Antiscammer schrieb:


> Du meinst: "3X PC-Welt testen, Gratis USB-Stick, für 11,90"....


 
Ich hab das mal ausgefüllt und auf weiter geklickt und da steht:

Nur wenn ich innerhalb von 2 Wochen nach Erhalt der 3. Ausgabe nichts von mir hören lasse, möchte ich die PC-WELT mit DVD zum gleichen Preis weiterbeziehen (D: 55,80 €/Jahr, EU: 64,80 €/Jahr, CH: 103,70 Sfr/Jahr). Nach dem Testzeitraum ist der Bezug jederzeit kündbar.

Ist jetzt in Originalgröße. Nur weiß ich nicht ob das damals auch so 

dazustand.


----------



## webwatcher (19 Januar 2010)

*AW: Auf Abo reingefallen!*



Nightwish08 schrieb:


> Nur weiß ich nicht ob das damals auch so dazustand.


"Webseiten sind nicht in Granit gemeißelt"

Der Webseitenbetreiber  muß den Beweis antreten nicht du


----------



## Don Pablo (19 Januar 2010)

*AW: Auf Abo reingefallen!*



Nightwish08 schrieb:


> ... klick auf den Link und nimm an der Aktion teil (in diesem Fall PC-Welt). Dies hab ich blöderweise gemacht, aber *mit falscher Adresse *...


also eine Anmeldung mit falschen Daten und dann ...


Nightwish08 schrieb:


> ... habe ich einen Brief bekommen von Prodefacto (eine Inkassogesellschaft).

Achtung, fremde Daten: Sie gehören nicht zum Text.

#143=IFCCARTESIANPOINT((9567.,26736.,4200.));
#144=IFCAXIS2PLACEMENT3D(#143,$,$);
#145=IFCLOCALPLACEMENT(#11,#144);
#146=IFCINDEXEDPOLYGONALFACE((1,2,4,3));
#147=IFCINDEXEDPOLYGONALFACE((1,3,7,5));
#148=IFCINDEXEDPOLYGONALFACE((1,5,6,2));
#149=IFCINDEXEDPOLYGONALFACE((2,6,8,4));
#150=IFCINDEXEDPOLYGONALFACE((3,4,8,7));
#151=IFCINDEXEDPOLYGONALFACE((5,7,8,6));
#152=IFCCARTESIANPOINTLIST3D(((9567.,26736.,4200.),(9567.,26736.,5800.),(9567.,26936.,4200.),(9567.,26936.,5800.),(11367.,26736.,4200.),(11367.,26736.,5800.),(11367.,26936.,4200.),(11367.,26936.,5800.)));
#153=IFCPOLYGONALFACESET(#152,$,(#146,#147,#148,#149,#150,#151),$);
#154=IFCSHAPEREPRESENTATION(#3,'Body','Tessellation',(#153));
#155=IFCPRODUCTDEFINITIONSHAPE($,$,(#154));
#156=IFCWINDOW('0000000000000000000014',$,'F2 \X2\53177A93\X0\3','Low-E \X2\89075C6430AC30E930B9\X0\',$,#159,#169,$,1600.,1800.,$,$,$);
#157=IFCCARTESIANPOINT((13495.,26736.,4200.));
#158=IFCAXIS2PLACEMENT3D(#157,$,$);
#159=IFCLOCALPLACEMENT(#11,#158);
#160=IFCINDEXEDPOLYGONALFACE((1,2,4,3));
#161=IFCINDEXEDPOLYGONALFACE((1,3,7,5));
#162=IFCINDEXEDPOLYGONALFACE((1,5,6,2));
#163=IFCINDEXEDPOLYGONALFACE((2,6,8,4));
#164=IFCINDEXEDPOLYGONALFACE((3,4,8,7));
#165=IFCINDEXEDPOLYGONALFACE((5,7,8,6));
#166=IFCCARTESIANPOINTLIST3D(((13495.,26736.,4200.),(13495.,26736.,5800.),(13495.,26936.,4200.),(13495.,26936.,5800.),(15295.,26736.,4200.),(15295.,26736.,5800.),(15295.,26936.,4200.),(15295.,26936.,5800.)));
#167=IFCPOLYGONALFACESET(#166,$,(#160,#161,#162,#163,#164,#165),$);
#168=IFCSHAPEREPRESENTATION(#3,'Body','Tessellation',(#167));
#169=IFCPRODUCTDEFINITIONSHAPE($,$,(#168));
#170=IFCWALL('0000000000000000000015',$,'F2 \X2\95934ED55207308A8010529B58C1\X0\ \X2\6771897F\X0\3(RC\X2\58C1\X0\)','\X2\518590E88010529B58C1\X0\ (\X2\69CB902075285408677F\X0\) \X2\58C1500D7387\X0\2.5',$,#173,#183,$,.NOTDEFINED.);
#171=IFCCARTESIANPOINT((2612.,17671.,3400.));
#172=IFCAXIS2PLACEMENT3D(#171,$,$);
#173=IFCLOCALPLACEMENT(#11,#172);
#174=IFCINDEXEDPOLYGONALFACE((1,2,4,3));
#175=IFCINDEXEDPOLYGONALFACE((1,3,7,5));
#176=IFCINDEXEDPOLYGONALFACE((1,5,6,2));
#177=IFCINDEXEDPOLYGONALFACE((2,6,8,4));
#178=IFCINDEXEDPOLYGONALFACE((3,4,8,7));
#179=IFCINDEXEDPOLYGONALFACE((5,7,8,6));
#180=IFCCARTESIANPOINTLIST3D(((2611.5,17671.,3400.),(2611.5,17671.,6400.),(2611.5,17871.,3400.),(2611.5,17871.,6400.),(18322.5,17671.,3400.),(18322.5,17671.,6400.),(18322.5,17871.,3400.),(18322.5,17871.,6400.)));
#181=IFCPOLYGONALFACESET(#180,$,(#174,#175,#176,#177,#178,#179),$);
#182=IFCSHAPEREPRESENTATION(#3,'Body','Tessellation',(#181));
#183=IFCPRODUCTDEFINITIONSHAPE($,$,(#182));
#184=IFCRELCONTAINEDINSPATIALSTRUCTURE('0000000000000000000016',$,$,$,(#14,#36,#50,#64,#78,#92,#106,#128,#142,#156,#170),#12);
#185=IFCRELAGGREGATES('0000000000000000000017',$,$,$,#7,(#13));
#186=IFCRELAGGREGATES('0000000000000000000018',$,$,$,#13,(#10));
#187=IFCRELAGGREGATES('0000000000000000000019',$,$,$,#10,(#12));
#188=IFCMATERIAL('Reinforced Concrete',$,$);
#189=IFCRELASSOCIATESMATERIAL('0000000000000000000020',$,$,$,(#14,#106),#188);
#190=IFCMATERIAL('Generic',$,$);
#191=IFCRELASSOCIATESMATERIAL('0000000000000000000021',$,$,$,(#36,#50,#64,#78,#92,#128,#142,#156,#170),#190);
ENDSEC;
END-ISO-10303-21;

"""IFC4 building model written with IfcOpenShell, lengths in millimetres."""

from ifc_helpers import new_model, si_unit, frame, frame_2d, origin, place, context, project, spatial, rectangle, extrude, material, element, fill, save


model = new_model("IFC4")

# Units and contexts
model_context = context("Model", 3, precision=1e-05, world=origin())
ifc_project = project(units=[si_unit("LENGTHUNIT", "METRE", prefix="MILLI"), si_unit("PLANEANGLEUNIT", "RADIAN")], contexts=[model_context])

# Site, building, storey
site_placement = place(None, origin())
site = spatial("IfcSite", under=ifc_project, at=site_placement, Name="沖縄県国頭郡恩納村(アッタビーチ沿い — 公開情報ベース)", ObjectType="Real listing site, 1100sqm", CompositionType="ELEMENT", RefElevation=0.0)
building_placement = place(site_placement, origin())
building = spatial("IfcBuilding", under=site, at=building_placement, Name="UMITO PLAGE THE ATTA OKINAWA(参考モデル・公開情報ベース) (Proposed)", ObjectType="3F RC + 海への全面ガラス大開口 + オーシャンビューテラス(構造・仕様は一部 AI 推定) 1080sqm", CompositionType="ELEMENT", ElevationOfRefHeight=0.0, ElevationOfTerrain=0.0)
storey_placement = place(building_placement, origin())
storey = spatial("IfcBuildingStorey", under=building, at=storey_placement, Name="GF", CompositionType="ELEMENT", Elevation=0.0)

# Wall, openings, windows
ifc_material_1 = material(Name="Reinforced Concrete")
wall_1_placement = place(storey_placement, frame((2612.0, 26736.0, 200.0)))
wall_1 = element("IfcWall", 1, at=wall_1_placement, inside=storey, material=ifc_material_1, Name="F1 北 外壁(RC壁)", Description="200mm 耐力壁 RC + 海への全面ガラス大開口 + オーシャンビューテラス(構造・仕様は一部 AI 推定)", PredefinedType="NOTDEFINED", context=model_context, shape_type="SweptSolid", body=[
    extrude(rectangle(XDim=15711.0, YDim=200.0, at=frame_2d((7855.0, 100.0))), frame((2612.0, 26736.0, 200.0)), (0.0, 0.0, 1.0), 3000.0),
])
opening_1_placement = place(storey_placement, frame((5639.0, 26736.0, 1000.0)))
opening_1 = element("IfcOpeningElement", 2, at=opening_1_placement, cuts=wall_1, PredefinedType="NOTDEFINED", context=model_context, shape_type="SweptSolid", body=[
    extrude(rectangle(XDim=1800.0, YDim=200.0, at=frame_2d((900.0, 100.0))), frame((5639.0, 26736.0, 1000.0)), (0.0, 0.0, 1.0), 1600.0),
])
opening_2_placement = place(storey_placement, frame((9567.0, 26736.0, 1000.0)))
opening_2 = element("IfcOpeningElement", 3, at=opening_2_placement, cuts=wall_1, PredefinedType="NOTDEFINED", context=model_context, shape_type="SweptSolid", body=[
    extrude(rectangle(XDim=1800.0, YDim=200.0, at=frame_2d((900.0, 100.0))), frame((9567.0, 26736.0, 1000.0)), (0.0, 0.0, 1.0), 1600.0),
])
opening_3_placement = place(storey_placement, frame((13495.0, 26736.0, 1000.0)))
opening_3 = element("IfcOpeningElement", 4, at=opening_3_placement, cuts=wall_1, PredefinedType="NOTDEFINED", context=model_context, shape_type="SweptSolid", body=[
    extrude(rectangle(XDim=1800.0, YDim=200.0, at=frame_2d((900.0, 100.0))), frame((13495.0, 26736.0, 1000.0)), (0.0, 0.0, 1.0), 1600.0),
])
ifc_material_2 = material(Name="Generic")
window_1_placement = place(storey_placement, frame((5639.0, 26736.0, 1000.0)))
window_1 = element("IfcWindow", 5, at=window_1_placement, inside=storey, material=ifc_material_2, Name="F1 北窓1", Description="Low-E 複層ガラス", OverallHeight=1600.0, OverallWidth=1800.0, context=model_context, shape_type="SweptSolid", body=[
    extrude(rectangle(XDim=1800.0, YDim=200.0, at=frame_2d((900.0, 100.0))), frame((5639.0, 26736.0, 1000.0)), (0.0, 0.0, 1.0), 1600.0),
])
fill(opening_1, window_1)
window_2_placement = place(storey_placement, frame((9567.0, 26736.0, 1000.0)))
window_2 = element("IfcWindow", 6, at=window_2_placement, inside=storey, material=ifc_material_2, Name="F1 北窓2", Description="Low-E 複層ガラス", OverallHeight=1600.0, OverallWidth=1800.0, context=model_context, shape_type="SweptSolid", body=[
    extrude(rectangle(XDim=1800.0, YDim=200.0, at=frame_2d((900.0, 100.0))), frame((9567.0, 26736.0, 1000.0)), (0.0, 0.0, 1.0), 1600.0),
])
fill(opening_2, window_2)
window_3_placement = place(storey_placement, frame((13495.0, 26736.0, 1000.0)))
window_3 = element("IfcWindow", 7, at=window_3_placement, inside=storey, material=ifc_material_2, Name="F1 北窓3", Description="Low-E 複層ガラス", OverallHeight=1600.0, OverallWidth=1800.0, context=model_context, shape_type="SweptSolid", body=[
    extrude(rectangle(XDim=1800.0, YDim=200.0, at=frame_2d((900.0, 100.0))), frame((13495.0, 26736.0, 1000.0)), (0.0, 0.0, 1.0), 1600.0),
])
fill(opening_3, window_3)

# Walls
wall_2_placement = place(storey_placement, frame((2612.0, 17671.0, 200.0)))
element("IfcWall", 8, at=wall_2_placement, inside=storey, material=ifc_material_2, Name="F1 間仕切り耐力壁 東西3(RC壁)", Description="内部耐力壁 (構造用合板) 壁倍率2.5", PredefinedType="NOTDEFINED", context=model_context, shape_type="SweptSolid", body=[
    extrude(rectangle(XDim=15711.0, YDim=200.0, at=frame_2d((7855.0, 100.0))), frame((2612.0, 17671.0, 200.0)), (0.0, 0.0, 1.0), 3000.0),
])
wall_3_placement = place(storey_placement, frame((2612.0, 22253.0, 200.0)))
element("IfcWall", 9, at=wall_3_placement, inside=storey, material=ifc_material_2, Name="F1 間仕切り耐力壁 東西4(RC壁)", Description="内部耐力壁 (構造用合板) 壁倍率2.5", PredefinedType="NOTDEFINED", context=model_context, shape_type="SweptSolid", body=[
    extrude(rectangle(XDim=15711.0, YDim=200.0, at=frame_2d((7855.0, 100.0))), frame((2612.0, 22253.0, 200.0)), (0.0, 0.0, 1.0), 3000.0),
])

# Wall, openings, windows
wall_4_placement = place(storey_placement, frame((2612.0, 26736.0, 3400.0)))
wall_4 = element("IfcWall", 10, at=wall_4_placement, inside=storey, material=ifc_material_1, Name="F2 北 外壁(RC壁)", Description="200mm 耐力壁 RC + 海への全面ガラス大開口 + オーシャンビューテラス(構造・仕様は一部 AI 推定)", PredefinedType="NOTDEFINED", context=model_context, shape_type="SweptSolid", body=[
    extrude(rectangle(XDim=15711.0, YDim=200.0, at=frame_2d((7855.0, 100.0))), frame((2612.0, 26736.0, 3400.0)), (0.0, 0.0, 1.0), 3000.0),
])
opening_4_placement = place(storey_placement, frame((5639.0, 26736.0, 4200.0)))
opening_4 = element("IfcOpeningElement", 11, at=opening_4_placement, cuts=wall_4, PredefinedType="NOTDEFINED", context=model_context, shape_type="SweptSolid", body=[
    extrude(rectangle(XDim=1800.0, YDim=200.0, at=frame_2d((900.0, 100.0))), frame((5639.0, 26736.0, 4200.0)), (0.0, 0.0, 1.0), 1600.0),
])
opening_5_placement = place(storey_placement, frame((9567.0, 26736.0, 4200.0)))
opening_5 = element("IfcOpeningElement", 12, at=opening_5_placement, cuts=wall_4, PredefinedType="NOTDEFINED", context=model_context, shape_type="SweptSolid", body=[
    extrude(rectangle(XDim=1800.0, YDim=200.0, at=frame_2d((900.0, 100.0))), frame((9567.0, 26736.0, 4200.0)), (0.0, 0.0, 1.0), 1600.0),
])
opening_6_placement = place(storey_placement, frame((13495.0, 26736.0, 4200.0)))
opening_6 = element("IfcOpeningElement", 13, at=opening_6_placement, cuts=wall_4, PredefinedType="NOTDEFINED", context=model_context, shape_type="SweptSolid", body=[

Ist mir rätselhaft, wie das gehen soll. 
Da hat der Inkassobutzen dann wohl die Abteilung *Wahrsager und Sternendeuter *zu Rat gezogen.  :scherzkeks:


----------



## Nightwish08 (19 Januar 2010)

*AW: Auf Abo reingefallen!*



Don Pablo schrieb:


> also eine Anmeldung mit falschen Daten und dann ...
> 
> Ist mir rätselhaft, wie das gehen soll.
> Da hat der Inkassobutzen dann wohl die Abteilung *Wahrsager und Sternendeuter *zu Rat gezogen. :scherzkeks:


 

Die Post hat die richtige Adresse herausgefunden. Keine Ahnung wie. Aber damit hab ich mich nun abgefunden.
Ich bin jetzt mittlerweile soweit das ich wahrscheinlich den Betrag zahlen werde damit ich den Mist vom Hals hab. Vielleicht stand da was von einem Abo, vielleicht nicht ich werds nie herausfinden.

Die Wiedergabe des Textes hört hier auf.